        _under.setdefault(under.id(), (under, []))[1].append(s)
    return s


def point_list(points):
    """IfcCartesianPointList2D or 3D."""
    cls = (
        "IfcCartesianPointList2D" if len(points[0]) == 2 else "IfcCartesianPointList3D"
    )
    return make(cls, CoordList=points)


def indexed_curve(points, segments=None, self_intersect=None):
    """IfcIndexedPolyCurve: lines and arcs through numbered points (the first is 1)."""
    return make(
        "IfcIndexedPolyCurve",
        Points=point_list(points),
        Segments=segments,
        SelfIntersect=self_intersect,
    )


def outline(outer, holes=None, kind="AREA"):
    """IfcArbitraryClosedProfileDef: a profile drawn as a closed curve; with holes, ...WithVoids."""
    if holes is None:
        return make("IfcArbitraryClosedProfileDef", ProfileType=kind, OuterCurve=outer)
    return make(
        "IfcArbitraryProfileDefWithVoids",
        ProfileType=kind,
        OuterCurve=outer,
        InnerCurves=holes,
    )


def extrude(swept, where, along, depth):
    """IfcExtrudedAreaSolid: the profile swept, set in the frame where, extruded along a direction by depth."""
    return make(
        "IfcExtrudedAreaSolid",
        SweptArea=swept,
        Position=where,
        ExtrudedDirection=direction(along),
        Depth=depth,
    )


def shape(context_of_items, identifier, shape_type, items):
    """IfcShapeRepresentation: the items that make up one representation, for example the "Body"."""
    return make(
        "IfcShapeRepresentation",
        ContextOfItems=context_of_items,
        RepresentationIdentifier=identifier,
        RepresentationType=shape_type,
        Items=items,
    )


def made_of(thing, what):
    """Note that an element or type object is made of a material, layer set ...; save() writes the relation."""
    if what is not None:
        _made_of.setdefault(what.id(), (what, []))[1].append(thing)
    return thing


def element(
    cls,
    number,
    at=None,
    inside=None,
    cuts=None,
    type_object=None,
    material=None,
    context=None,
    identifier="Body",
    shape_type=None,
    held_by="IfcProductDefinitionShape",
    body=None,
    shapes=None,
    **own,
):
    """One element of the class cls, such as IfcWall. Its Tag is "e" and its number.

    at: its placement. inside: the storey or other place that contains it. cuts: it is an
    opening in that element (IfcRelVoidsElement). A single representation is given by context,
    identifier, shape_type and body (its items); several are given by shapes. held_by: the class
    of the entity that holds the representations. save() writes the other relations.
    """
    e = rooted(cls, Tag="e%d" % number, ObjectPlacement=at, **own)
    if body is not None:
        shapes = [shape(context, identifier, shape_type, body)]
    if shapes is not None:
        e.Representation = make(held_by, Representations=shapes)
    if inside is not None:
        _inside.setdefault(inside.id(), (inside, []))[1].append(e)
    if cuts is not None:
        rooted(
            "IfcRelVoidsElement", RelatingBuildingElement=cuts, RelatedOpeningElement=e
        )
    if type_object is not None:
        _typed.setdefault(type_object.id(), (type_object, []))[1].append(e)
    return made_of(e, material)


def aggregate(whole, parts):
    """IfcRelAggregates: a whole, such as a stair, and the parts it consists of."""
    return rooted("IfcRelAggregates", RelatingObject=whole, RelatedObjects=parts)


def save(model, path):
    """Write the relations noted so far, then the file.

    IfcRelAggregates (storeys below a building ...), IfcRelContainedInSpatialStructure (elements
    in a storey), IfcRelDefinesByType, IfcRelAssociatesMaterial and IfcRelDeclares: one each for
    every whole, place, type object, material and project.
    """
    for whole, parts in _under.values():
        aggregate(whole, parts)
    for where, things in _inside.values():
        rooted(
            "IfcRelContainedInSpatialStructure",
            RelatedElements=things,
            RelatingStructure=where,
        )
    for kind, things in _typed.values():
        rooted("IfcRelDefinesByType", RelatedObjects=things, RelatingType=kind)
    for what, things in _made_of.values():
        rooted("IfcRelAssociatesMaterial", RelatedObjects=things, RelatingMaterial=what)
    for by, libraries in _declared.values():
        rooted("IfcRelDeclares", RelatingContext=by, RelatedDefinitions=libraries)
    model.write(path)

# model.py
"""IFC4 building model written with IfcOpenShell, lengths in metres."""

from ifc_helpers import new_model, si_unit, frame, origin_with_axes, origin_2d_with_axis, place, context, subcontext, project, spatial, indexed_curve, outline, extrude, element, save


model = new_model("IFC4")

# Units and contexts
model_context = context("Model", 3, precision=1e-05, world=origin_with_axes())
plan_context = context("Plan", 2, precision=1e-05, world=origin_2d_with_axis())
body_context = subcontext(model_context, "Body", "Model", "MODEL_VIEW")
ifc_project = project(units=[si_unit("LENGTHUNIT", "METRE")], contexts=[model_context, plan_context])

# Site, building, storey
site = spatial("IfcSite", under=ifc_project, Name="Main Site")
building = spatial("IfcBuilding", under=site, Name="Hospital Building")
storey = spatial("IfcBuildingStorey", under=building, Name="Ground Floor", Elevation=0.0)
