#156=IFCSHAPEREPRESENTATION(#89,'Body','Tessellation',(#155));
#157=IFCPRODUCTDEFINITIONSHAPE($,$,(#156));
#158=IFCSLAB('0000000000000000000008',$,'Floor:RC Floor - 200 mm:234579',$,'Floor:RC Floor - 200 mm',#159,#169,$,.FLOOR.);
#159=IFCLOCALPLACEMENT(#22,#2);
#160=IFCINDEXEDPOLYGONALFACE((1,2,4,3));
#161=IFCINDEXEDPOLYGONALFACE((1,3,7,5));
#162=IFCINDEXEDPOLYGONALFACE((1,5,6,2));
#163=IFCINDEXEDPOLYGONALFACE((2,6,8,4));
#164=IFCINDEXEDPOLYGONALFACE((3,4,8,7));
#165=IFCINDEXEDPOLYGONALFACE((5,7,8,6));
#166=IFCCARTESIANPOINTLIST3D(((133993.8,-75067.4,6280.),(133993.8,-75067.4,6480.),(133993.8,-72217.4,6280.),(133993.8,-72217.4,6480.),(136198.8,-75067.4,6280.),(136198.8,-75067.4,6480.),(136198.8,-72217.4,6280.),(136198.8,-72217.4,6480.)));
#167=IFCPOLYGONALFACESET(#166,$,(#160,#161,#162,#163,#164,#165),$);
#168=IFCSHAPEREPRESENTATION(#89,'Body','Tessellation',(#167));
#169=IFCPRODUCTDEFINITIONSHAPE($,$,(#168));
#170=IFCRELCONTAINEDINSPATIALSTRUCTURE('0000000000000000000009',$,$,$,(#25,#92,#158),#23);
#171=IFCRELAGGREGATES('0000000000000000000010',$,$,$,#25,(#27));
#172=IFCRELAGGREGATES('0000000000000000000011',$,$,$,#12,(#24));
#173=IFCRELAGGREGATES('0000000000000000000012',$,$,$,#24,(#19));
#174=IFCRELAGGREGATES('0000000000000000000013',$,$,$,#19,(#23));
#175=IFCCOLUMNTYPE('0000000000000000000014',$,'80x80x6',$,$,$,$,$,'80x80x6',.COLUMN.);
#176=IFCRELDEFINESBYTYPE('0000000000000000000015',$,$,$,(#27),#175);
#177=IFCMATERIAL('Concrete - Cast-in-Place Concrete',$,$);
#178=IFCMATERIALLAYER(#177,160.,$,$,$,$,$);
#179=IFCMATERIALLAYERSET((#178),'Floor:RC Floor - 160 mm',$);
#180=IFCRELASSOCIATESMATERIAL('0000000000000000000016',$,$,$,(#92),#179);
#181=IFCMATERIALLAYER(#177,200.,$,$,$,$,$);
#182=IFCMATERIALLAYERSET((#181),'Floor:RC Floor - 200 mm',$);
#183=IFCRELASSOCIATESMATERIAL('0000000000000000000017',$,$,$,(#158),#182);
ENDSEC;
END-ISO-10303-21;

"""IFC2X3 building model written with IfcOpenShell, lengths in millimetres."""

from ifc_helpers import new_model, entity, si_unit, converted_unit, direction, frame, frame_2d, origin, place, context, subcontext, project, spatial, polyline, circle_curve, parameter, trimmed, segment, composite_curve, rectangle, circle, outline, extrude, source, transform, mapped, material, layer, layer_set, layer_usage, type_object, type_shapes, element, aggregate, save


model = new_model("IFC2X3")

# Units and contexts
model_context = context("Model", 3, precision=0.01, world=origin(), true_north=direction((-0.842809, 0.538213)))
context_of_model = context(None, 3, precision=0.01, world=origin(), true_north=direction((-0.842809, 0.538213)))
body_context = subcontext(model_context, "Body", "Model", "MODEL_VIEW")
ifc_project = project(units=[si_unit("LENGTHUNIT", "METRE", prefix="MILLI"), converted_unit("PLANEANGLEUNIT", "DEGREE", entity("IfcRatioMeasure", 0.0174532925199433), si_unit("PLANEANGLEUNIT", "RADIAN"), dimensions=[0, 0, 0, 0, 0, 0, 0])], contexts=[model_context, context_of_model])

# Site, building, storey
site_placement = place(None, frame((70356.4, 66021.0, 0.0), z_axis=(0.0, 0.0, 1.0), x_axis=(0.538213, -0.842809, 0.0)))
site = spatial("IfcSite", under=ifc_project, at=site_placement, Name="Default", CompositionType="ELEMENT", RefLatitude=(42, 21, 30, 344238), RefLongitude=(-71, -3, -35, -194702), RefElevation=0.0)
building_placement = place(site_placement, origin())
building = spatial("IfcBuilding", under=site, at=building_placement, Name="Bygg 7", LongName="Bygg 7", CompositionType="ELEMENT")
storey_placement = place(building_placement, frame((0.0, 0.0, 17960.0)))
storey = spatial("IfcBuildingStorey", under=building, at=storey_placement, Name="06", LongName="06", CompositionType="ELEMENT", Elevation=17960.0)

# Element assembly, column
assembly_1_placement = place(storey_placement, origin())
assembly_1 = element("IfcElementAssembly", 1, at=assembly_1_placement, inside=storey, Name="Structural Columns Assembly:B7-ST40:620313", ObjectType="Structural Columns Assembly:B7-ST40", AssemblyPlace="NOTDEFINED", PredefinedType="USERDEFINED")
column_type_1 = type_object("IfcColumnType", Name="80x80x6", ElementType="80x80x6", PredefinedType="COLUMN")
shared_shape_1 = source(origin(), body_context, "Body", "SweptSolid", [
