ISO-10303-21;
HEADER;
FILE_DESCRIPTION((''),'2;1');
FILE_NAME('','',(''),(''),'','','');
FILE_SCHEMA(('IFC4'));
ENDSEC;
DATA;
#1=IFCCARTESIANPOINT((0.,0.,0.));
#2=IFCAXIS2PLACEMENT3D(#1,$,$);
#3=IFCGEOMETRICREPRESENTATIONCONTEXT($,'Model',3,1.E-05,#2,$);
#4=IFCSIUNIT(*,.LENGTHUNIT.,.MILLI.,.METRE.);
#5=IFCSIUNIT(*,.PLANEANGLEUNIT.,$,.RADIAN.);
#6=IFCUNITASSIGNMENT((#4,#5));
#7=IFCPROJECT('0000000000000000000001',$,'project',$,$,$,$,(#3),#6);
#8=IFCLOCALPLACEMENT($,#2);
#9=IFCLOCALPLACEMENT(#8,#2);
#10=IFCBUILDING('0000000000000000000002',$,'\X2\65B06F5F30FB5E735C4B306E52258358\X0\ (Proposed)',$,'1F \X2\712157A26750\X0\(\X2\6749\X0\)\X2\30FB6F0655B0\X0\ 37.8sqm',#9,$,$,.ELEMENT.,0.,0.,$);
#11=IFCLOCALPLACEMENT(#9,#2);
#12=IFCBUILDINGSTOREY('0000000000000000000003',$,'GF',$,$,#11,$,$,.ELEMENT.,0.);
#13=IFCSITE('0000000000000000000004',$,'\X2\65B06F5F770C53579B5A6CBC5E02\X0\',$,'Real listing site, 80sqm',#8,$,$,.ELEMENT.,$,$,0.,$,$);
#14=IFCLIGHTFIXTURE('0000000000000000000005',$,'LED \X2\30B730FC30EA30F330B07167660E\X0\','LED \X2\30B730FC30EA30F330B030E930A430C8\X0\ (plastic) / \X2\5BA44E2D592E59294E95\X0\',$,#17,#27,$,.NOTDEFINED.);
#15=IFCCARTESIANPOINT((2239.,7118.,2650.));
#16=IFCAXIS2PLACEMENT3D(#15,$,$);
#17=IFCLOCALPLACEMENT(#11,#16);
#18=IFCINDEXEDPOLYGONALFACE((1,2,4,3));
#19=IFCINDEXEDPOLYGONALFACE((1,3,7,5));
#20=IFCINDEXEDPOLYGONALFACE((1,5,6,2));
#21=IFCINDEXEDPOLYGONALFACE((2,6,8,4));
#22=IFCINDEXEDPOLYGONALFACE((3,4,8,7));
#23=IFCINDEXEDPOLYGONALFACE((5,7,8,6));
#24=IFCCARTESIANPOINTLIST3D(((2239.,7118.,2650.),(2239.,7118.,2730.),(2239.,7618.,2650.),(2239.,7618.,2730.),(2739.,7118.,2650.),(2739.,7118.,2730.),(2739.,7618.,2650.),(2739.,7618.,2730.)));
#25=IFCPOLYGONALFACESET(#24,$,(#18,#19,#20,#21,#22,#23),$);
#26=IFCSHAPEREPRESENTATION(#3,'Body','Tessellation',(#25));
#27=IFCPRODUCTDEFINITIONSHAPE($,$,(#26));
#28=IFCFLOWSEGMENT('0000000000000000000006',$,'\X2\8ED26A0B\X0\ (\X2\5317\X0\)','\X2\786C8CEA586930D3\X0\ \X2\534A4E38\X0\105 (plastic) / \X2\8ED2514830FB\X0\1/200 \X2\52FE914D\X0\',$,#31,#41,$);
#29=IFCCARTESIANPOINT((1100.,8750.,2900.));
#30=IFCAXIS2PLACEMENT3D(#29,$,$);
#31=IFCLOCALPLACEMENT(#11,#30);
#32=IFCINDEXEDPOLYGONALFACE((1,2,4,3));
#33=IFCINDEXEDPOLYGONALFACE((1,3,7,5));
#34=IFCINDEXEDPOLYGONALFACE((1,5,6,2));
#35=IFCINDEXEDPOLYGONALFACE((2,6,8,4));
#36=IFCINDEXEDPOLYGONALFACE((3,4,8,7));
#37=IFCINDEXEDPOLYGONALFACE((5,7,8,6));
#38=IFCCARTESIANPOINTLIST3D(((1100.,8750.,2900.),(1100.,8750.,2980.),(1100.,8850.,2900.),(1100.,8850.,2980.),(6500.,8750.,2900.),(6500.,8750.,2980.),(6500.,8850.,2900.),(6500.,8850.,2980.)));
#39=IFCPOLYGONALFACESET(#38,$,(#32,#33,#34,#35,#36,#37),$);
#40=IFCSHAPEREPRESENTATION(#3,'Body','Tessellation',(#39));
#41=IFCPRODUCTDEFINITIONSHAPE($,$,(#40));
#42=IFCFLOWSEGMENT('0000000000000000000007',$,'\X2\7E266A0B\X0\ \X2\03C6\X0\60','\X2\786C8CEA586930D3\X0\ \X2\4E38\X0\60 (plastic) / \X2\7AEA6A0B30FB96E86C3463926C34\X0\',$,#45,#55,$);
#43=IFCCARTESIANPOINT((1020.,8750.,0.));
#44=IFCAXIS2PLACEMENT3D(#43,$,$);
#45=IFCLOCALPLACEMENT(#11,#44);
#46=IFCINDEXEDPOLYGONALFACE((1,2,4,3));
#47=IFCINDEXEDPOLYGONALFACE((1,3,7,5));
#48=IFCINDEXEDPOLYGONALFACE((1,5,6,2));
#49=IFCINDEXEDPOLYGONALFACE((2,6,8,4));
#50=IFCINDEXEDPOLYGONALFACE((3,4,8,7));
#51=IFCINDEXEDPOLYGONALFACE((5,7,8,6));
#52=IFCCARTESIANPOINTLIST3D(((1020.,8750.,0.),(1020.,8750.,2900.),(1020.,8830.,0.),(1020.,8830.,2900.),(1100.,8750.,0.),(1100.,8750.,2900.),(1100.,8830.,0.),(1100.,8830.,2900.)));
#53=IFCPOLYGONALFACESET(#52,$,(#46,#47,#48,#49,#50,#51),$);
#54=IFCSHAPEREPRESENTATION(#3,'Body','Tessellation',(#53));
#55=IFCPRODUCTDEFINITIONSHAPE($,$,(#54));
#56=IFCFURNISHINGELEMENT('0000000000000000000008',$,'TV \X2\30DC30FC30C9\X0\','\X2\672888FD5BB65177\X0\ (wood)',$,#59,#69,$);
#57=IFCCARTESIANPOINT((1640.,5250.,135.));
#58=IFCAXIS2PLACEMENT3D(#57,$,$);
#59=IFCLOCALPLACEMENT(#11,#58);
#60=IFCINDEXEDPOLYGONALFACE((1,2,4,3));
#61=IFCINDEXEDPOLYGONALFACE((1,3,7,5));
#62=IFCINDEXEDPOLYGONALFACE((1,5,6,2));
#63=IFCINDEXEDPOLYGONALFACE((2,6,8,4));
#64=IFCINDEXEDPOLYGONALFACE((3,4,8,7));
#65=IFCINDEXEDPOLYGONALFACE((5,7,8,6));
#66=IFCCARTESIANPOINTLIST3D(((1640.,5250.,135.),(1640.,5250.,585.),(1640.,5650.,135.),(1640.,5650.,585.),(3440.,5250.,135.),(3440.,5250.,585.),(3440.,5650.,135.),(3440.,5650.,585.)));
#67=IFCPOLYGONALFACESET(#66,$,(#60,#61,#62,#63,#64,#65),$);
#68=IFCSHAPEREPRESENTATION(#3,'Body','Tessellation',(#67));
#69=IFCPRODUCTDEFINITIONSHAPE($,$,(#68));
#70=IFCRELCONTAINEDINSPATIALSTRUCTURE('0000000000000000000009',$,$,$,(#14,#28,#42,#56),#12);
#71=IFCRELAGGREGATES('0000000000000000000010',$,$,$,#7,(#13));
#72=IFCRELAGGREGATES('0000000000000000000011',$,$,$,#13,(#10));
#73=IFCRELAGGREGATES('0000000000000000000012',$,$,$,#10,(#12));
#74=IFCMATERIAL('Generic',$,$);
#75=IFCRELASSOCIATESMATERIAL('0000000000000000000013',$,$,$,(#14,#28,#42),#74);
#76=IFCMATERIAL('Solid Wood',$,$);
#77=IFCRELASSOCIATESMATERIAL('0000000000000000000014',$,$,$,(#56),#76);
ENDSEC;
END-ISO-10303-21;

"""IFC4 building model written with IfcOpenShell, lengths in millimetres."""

from ifc_helpers import new_model, si_unit, frame, frame_2d, origin, place, context, project, spatial, rectangle, extrude, material, element, save


model = new_model("IFC4")

# Units and contexts
model_context = context("Model", 3, precision=1e-05, world=origin())
ifc_project = project(units=[si_unit("LENGTHUNIT", "METRE", prefix="MILLI"), si_unit("PLANEANGLEUNIT", "RADIAN")], contexts=[model_context])

# Site, building, storey
site_placement = place(None, origin())
site = spatial("IfcSite", under=ifc_project, at=site_placement, Name="新潟県南魚沼市", ObjectType="Real listing site, 80sqm", CompositionType="ELEMENT", RefElevation=0.0)
building_placement = place(site_placement, origin())
building = spatial("IfcBuilding", under=site, at=building_placement, Name="新潟・平屋の別荘 (Proposed)", ObjectType="1F 無垢材(杉)・漆喰 37.8sqm", CompositionType="ELEMENT", ElevationOfRefHeight=0.0, ElevationOfTerrain=0.0)
storey_placement = place(building_placement, origin())
storey = spatial("IfcBuildingStorey", under=building, at=storey_placement, Name="GF", CompositionType="ELEMENT", Elevation=0.0)

# Shared definitions
ifc_material_1 = material(Name="Solid Wood")

# Shared definitions
ifc_material_2 = material(Name="Generic")

# Light fixture
light_fixture_placement = place(storey_placement, frame((2239.0, 7118.0, 2650.0)))
element("IfcLightFixture", 1, at=light_fixture_placement, inside=storey, material=ifc_material_2, Name="LED シーリング照明", Description="LED シーリングライト (plastic) / 室中央天井", PredefinedType="NOTDEFINED", context=model_context, shape_type="SweptSolid", body=[
    extrude(rectangle(XDim=500.0, YDim=500.0, at=frame_2d((250.0, 250.0))), frame((2239.0, 7118.0, 2650.0)), (0.0, 0.0, 1.0), 80.0),
])

# Flow segments
flow_segment_1_placement = place(storey_placement, frame((1100.0, 8750.0, 2900.0)))
element("IfcFlowSegment", 2, at=flow_segment_1_placement, inside=storey, material=ifc_material_2, Name="軒樋 (北)", Description="硬質塩ビ 半丸105 (plastic) / 軒先・1/200 勾配", context=model_context, shape_type="SweptSolid", body=[
    extrude(rectangle(XDim=5400.0, YDim=100.0, at=frame_2d((2700.0, 50.0))), frame((1100.0, 8750.0, 2900.0)), (0.0, 0.0, 1.0), 80.0),
])
flow_segment_2_placement = place(storey_placement, frame((1020.0, 8750.0, 0.0)))
element("IfcFlowSegment", 3, at=flow_segment_2_placement, inside=storey, material=ifc_material_2, Name="縦樋 φ60", Description="硬質塩ビ 丸60 (plastic) / 竪樋・雨水排水", context=model_context, shape_type="SweptSolid", body=[
    extrude(rectangle(XDim=80.0, YDim=80.0, at=frame_2d((40.0, 40.0))), frame((1020.0, 8750.0, 0.0)), (0.0, 0.0, 1.0), 2900.0),
])

# Furnishing element
furnishing_placement = place(storey_placement, frame((1640.0, 5250.0, 135.0)))
element("IfcFurnishingElement", 4, at=furnishing_placement, inside=storey, material=ifc_material_1, Name="TV ボード", Description="木製家具 (wood)", context=model_context, shape_type="SweptSolid", body=[
    extrude(rectangle(XDim=1800.0, YDim=400.0, at=frame_2d((900.0, 200.0))), frame((1640.0, 5250.0, 135.0)), (0.0, 0.0, 1.0), 450.0),
])

save(model, "model.ifc")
= = = = =
How many lines of these records include the word "points"? Only the number should be written.

* **Worked solution**
6